Online retailer Amazon.com beat its own holiday-season sales record this year, and on its flagship U.S. site, Amazon.com, consumer electronics sales beat the company's traditional book business for the first time on Thanksgiving weekend, the company announced this week.
The company's holiday shopping season, from Thanksgiving (November 25) through December 23, also saw Amazon's busiest day ever, when customers on all its shopping sites ordered 2.8 million items, the equivalent of 32 items per second, according to spokesperson Craig Berman. Amazon would not reveal what day that occurred, for competitive reasons, Berman says.
The season also came with at least one headache: The Amazon.com site was intermittently inaccessible for several hours on December 6, for reasons the company declined to detail.
Amazon's rising holiday sales came during a strong season for online shopping overall, in which sales grew significantly from last year, according to industry analysts. ComScore Networks last week projected that non-travel online retail spending would grow by between 23 percent and 26 percent year over year to between $15.1 billion and $15.5 billion in November and December.
Amazon, in Seattle, was founded as an online bookstore in 1995 and now operates separate online shopping sites in the U.K., Germany, France, Japan, Canada, and China. The company shipped items to 217 countries during the holiday period, according to an Amazon statement.

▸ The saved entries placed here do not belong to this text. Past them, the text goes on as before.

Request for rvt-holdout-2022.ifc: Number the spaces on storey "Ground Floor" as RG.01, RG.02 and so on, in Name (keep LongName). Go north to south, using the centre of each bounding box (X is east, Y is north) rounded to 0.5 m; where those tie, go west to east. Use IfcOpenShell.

First a look at what the model holds.

```python
import ifcopenshell
import ifcopenshell.util.element
import ifcopenshell.util.placement

model = ifcopenshell.open("rvt-holdout-2022.ifc")
print(model.schema)
storey = next(s for s in model.by_type("IfcBuildingStorey") if s.Name == "Ground Floor")
spaces = [e for e in ifcopenshell.util.element.get_decomposition(storey) if e.is_a("IfcSpace")]
for e in sorted(spaces, key=lambda e: e.id()):
    origin = ifcopenshell.util.placement.get_local_placement(e.ObjectPlacement)[:3, 3]
    print(e.id(), e.Name, e.LongName, origin.round(2) + 0.0, sep=" | ")
```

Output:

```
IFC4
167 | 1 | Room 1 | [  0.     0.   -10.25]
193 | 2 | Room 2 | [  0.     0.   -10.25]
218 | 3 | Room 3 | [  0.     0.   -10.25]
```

```python
import ifcopenshell
import ifcopenshell.geom
import ifcopenshell.util.element
import ifcopenshell.util.shape

model = ifcopenshell.open("rvt-holdout-2022.ifc")
settings = ifcopenshell.geom.settings()
settings.set("use-world-coords", True)


def centre(element):
    shape = ifcopenshell.geom.create_shape(settings, element)
    return ifcopenshell.util.shape.get_bbox_centroid(shape.geometry)


storey = next(s for s in model.by_type("IfcBuildingStorey") if s.Name == "Ground Floor")
spaces = [e for e in ifcopenshell.util.element.get_decomposition(storey) if e.is_a("IfcSpace")]

# Insertion points can sit at a corner or the storey origin, so sort by the geometry (in metres).
centres = {e: centre(e) for e in spaces}
spaces.sort(key=lambda e: (-round(centres[e][1] / 0.5), centres[e][0]))

for i, e in enumerate(spaces, start=1):
    number = f"RG.{i:02d}"
    e.Name = number
    print(e.id(), number)

model.write("rvt-holdout-2022_v2.ifc")
```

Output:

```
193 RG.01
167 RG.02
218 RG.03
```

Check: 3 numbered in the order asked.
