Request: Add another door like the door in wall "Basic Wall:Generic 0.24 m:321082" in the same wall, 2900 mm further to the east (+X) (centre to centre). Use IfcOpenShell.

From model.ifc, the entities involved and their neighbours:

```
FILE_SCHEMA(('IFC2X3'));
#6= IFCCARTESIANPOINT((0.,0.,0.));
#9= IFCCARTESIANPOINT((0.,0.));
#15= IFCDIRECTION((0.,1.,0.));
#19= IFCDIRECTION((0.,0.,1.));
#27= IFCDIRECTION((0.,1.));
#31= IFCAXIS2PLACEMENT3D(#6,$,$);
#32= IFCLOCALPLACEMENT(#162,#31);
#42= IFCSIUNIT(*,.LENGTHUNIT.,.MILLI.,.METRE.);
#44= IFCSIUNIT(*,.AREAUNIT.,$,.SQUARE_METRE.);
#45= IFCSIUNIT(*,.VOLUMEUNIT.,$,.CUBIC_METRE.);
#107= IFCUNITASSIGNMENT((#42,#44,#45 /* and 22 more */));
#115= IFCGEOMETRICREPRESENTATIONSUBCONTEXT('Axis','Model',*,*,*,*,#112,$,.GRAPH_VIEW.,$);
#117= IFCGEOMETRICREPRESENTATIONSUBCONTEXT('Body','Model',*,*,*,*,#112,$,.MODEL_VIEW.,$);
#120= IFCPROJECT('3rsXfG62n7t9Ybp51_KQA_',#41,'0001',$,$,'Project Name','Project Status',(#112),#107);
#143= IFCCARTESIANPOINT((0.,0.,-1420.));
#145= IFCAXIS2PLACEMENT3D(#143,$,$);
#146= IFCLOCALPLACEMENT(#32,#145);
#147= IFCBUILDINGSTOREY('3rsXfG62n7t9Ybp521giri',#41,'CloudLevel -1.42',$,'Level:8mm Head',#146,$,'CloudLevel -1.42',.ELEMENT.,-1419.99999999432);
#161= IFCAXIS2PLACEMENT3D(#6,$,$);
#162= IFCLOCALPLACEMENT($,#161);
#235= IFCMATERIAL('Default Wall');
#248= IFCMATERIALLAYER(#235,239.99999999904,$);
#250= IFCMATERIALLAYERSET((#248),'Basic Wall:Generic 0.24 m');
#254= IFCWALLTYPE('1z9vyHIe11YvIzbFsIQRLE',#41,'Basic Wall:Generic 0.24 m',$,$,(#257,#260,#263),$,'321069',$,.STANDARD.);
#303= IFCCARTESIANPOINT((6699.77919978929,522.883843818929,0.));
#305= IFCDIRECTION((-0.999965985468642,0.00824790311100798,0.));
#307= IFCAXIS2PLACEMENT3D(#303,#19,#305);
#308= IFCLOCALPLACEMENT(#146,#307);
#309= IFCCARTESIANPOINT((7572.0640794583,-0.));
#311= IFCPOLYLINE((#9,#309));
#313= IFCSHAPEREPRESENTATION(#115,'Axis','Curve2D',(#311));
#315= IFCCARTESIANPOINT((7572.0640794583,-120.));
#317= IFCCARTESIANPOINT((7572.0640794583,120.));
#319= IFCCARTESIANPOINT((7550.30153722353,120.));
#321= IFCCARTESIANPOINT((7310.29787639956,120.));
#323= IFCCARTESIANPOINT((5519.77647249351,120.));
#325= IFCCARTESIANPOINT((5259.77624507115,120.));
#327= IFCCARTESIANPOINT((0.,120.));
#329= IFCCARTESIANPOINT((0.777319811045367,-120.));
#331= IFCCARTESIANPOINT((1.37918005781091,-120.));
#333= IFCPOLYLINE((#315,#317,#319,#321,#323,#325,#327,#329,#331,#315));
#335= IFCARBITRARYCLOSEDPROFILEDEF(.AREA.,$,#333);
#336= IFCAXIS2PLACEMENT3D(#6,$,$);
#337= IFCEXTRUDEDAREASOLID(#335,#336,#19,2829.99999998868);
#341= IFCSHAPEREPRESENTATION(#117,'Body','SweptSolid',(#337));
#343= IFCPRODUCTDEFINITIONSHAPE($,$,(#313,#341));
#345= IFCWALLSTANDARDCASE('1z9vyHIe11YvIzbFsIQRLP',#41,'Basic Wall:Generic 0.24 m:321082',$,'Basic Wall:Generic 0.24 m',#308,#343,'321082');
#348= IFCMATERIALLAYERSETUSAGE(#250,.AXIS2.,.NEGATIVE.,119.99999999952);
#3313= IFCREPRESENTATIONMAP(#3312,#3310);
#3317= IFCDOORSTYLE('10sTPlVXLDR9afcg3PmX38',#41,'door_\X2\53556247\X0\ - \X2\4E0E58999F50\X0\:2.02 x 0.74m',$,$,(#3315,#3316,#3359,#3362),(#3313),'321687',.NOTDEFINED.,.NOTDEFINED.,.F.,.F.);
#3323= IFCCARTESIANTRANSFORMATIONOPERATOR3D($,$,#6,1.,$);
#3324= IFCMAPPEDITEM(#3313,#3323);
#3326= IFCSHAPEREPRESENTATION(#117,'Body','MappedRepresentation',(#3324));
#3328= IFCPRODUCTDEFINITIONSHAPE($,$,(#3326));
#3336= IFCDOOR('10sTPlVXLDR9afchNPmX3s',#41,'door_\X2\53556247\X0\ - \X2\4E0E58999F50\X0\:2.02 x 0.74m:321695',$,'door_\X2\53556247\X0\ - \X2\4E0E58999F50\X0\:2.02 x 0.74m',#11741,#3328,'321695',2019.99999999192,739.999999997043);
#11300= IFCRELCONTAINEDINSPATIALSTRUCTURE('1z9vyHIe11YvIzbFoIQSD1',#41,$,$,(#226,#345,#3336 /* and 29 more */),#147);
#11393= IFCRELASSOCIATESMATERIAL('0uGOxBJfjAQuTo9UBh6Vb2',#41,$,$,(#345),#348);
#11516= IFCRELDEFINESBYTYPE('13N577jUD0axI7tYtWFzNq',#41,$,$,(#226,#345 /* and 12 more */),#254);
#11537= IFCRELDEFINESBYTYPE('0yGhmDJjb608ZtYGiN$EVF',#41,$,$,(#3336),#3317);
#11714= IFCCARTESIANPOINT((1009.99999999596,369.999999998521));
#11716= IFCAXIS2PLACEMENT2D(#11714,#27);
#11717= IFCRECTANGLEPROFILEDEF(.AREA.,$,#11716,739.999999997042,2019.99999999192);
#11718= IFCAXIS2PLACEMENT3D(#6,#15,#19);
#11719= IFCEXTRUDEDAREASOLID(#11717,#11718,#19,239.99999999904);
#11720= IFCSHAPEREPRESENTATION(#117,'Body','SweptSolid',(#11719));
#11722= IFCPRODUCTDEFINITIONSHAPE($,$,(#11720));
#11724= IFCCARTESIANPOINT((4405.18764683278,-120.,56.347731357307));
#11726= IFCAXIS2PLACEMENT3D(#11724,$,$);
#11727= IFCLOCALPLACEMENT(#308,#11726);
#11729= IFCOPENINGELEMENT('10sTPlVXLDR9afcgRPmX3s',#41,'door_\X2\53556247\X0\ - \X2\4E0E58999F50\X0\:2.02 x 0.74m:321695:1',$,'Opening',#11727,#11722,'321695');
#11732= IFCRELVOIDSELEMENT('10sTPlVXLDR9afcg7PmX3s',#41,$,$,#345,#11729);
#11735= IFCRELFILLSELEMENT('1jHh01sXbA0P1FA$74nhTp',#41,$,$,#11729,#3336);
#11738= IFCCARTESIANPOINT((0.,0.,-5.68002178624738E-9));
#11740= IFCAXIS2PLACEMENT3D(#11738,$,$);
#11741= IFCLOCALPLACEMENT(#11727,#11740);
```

```python
import ifcopenshell
import ifcopenshell.api.feature
import ifcopenshell.api.geometry
import ifcopenshell.api.root
import ifcopenshell.geom
import ifcopenshell.util.element
import ifcopenshell.util.placement
import ifcopenshell.util.shape
import ifcopenshell.util.unit

model = ifcopenshell.open("model.ifc")
unit_scale = ifcopenshell.util.unit.calculate_unit_scale(model)
settings = ifcopenshell.geom.settings()


def volume(element):
    """Net volume in cubic metres, openings subtracted."""
    shape = ifcopenshell.geom.create_shape(settings, element)
    return ifcopenshell.util.shape.get_volume(shape.geometry)


def reuse_history(source, copy):
    """copy_class also copies each property set's owner history, people and application; keep the originals."""
    for rel in copy.IsDefinedBy:
        if rel.is_a("IfcRelDefinesByProperties") and (history := rel.RelatingPropertyDefinition.OwnerHistory):
            rel.RelatingPropertyDefinition.OwnerHistory = source.OwnerHistory
            ifcopenshell.util.element.remove_deep2(model, history)


door = model.by_id(3336)
opening = door.FillsVoids[0].RelatingOpeningElement
wall = opening.VoidsElements[0].RelatingBuildingElement
before = volume(wall)
shift = ifcopenshell.util.placement.get_local_placement(wall.ObjectPlacement)[:3, 0] * -2.9 / unit_scale

# copy_class copies the void relationship, type, container and properties, but no geometry.
new_opening = ifcopenshell.api.root.copy_class(model, product=opening)
new_opening.Representation = ifcopenshell.util.element.copy_deep(
    model, opening.Representation, exclude=["IfcGeometricRepresentationContext", "IfcRepresentationMap"]
)
new_opening.Name = "door_单扇 - 与墙齐:2.02 x 0.74m"
new_opening.Tag = None
new_door = ifcopenshell.api.root.copy_class(model, product=door)
new_door.Representation = ifcopenshell.util.element.copy_deep(
    model, door.Representation, exclude=["IfcGeometricRepresentationContext", "IfcRepresentationMap"]
)
new_door.Name = "door_单扇 - 与墙齐:2.02 x 0.74m"
new_door.Tag = None
reuse_history(door, new_door)
fills = ifcopenshell.api.feature.add_filling(model, opening=new_opening, element=new_door)
fills.OwnerHistory = new_door.OwnerHistory  # required in IFC2X3

for old, new in ((opening, new_opening), (door, new_door)):
    matrix = ifcopenshell.util.placement.get_local_placement(old.ObjectPlacement)
    matrix[:3, 3] += shift
    ifcopenshell.api.geometry.edit_object_placement(model, product=new, matrix=matrix, is_si=False)

after = volume(wall)

print(f"wall volume {before:.3f} -> {after:.3f} m3")

model.write("model_edited.ifc")
```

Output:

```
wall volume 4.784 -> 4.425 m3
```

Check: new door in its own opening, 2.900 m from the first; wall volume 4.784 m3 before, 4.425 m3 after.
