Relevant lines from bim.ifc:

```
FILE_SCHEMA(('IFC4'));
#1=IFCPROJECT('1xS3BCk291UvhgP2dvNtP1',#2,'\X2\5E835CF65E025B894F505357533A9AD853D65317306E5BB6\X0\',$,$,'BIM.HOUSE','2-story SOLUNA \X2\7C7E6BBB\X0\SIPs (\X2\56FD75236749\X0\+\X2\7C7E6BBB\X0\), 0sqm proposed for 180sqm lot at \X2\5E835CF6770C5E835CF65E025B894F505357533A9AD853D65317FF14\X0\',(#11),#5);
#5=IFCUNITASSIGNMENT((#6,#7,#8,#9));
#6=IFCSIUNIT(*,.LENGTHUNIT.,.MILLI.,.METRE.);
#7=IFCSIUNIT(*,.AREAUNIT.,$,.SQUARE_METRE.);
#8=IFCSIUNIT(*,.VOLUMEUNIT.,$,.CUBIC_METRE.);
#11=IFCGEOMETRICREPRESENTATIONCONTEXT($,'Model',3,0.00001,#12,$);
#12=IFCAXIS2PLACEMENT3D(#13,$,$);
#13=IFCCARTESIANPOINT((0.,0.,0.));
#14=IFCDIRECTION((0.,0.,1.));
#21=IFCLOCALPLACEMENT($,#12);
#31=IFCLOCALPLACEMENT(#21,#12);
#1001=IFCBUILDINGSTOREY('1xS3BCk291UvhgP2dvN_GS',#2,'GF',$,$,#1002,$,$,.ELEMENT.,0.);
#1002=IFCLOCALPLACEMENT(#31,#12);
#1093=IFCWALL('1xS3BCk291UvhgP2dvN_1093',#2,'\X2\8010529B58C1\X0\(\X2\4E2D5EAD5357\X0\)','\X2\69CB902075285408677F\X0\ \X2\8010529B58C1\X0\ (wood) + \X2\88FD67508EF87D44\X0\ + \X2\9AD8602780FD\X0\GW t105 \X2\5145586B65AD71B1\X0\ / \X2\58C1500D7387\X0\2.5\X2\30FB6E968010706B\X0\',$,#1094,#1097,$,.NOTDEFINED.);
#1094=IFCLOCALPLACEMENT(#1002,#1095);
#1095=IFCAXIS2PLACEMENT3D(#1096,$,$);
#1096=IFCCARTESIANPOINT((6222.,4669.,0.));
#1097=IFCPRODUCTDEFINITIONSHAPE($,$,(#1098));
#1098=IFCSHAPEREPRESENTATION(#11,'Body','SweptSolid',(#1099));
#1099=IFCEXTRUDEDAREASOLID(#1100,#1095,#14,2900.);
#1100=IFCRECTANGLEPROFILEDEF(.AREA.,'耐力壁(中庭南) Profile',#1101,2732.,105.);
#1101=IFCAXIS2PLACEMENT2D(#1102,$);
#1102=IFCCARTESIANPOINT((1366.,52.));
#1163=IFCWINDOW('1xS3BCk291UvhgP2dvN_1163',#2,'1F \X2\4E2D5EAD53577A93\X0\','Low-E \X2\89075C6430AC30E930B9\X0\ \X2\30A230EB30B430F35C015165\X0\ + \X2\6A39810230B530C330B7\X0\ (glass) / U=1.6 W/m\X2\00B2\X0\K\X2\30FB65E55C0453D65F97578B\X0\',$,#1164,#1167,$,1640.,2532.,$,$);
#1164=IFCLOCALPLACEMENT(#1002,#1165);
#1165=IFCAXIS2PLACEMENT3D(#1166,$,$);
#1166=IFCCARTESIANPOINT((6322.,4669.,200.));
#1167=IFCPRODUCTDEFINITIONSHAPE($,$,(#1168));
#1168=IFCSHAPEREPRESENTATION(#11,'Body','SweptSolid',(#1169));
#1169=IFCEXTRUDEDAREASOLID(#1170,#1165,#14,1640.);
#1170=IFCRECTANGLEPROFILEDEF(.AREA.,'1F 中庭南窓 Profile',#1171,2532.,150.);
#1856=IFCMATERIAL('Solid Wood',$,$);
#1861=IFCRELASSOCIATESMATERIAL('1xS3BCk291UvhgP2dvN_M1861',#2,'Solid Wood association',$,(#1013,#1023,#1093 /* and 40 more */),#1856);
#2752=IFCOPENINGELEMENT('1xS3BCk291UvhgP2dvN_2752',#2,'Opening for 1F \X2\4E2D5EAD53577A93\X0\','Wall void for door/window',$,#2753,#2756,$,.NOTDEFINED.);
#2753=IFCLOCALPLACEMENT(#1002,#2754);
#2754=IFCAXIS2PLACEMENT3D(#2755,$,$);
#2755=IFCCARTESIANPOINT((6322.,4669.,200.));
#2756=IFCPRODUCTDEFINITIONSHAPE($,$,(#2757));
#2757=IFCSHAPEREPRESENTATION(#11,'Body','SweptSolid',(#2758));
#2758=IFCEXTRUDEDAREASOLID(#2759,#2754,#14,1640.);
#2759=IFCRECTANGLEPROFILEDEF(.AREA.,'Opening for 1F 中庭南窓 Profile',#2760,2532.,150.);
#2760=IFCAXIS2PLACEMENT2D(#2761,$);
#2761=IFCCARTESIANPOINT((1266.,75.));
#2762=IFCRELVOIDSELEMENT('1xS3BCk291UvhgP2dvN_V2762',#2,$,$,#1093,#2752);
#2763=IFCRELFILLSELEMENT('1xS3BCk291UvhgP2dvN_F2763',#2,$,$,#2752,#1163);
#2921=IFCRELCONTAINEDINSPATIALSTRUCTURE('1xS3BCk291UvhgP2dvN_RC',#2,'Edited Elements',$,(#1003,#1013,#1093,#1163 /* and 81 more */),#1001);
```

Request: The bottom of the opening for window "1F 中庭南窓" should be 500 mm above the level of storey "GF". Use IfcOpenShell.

```python
import numpy as np
import ifcopenshell
import ifcopenshell.api.geometry
import ifcopenshell.geom
import ifcopenshell.util.element
import ifcopenshell.util.placement
import ifcopenshell.util.shape
import ifcopenshell.util.unit

model = ifcopenshell.open("bim.ifc")
unit_scale = ifcopenshell.util.unit.calculate_unit_scale(model)

window = model.by_id(1163)
opening = window.FillsVoids[0].RelatingOpeningElement
storey = ifcopenshell.util.element.get_container(window, ifc_class="IfcBuildingStorey")
level = ifcopenshell.util.placement.get_local_placement(storey.ObjectPlacement)[2, 3]

# The opening's origin need not be at the sill, so measure its lowest point.
shape = ifcopenshell.geom.create_shape(ifcopenshell.geom.settings(), opening)
bottom = ifcopenshell.util.shape.get_shape_bottom_elevation(shape, shape.geometry) / unit_scale
dz = level + 0.5 / unit_scale - bottom

shift = np.array([0.0, 0.0, dz])
# The window is not placed relative to its opening, so move both.
for product in (opening, window):
    matrix = ifcopenshell.util.placement.get_local_placement(product.ObjectPlacement)
    matrix[:3, 3] += shift
    ifcopenshell.api.geometry.edit_object_placement(model, product=product, matrix=matrix, is_si=False)

print(f"moved by {dz * unit_scale:+.3f} m")

model.write("bim_rev.ifc")
```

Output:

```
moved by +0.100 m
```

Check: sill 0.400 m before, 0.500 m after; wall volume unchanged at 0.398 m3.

The company's Web sites now sell a wide variety of items, but until the four-day Thanksgiving weekend this year no other category had surpassed books in any period, Berman says. Consumer electronics was the best-selling product category on Amazon.com that weekend in terms of sales revenue.
Most Wanted Items
Top electronics items for the season on Amazon.com included the Apple Computer 20GB IPod and 4GB Silver Mini IPod as well as Apple's ITunes $15 prepaid card. The Philips DVP642 DivX Progressive Scan DVD player and the Canon PowerShot SD 110 3MP Digital Elph camera also were popular items, according to an Amazon statement.
Watches and music also sold briskly. Amazon.com's U.S. site sold more than one watch per minute during the holiday period and music sales for the first time surpassed 1 million units per week for two consecutive weeks in December, according to the company.
By speeding up its own order processing, Amazon was able this year to extend the deadline for customers to have items sent before Christmas (December 25) using standard delivery. Customers could wait until December 20 and get their items delivered on time without having to upgrade to Amazon's 2-day or 1-day delivery, Berman says.
The holidays were good to the U.S. satellite radio business, too. Both major nationwide satellite radio broadcasters, XM Satellite Radio Holdings and Sirius Satellite Radio, reported this week that strong holiday sales helped them surpass their year-end goals for signing up subscribers. XM surpassed its goal of 3.1 million total subscribers and Sirius beat its own prediction of having 1 million subscribers by year's end, according to statements from the companies.